Extracted data entries

________________

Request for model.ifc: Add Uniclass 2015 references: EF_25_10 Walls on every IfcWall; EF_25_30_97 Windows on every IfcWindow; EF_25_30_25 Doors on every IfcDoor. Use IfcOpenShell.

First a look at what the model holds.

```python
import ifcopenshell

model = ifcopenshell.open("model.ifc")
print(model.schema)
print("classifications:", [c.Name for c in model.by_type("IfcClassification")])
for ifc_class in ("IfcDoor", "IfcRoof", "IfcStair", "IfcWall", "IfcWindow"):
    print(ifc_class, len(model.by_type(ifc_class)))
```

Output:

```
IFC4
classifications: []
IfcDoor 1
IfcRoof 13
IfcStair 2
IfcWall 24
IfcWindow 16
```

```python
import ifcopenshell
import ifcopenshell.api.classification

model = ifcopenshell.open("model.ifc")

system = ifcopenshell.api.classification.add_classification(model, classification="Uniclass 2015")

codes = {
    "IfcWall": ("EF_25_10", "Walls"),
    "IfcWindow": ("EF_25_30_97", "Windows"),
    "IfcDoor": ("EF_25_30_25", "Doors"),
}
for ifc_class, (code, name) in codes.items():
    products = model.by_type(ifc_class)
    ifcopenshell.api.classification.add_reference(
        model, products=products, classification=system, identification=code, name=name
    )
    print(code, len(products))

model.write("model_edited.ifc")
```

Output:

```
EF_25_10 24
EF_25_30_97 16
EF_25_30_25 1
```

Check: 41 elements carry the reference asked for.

________________

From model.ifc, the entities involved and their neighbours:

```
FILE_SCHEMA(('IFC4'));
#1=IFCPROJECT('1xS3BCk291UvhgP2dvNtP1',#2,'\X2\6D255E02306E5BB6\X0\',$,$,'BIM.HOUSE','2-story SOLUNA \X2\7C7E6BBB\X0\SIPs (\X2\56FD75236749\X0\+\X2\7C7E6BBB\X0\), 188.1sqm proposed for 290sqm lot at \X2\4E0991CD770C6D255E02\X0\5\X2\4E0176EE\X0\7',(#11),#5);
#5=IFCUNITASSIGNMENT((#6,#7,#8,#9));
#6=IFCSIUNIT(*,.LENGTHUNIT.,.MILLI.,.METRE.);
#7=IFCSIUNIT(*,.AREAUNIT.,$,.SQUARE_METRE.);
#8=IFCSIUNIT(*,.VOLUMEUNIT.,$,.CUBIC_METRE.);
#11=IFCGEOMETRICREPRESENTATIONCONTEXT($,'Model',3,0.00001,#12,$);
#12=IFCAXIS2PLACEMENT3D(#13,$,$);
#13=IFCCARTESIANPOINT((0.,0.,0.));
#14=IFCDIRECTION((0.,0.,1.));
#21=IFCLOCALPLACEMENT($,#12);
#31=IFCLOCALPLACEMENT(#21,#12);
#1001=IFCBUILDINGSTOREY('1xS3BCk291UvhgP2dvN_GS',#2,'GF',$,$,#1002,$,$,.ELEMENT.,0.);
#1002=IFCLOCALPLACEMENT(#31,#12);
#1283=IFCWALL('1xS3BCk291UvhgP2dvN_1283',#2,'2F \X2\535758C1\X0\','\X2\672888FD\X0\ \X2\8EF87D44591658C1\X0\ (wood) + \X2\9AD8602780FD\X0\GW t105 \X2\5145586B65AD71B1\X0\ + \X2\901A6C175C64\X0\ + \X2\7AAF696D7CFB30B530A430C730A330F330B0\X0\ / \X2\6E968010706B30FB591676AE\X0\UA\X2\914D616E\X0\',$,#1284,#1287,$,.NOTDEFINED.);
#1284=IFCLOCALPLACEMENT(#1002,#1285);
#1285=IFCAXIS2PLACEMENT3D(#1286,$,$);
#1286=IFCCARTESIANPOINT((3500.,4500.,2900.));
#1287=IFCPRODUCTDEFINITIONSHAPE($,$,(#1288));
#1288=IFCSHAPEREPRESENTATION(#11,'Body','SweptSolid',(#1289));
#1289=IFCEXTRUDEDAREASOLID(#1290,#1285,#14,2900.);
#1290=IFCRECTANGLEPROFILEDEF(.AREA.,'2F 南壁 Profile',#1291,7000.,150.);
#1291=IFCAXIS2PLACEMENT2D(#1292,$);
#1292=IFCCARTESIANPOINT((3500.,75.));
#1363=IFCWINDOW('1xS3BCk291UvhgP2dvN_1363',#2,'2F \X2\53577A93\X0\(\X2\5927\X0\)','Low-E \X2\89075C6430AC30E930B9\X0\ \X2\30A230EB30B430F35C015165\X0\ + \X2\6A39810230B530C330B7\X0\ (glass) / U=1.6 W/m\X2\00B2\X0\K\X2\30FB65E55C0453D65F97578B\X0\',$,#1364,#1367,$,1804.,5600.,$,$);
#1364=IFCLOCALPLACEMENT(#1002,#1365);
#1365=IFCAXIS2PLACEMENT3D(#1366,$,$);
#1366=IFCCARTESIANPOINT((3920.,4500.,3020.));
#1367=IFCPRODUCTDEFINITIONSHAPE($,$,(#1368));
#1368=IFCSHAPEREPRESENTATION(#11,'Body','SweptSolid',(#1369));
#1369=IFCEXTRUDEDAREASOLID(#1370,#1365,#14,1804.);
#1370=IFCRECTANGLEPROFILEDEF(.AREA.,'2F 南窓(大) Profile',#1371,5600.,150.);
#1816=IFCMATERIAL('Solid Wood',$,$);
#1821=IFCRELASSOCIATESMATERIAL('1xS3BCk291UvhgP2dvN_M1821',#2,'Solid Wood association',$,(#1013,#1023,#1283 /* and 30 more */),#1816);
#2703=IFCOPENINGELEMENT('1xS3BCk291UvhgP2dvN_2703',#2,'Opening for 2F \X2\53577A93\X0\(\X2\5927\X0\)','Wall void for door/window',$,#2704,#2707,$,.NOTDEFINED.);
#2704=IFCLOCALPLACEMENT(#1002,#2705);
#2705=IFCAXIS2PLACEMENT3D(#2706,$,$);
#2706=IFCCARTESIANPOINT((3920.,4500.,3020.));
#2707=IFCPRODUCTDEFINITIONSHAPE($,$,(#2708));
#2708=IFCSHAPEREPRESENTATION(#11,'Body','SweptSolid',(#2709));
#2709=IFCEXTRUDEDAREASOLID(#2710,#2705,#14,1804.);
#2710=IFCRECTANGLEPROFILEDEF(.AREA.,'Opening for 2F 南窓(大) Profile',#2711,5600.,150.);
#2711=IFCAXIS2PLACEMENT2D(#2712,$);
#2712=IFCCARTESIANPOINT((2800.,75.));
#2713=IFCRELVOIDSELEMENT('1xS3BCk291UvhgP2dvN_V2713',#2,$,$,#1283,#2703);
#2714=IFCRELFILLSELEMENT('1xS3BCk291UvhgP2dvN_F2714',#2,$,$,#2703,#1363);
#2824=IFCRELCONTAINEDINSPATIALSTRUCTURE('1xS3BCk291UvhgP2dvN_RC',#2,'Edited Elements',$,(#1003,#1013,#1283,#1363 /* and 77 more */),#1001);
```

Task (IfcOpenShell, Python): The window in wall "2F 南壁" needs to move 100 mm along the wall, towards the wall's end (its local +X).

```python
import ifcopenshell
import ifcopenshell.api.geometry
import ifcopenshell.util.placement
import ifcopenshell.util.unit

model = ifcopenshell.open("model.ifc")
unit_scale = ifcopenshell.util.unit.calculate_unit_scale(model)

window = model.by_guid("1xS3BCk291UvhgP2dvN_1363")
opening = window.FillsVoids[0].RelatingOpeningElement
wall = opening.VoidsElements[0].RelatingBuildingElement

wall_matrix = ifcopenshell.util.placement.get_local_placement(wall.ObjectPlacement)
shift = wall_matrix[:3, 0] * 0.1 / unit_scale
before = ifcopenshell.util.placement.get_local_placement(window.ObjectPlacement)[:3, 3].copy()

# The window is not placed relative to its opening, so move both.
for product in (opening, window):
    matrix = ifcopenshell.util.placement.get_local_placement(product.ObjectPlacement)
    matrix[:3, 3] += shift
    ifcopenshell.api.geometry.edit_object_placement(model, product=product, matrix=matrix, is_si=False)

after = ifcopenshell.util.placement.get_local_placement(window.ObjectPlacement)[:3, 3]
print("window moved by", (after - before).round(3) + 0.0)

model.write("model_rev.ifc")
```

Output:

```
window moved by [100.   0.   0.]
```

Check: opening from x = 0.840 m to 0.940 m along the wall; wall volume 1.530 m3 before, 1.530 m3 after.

________________

# [What is expected]
Every line above that holds the string "Check" counts once. State how many such lines there are, as a number alone.

# [Reply to the task]
2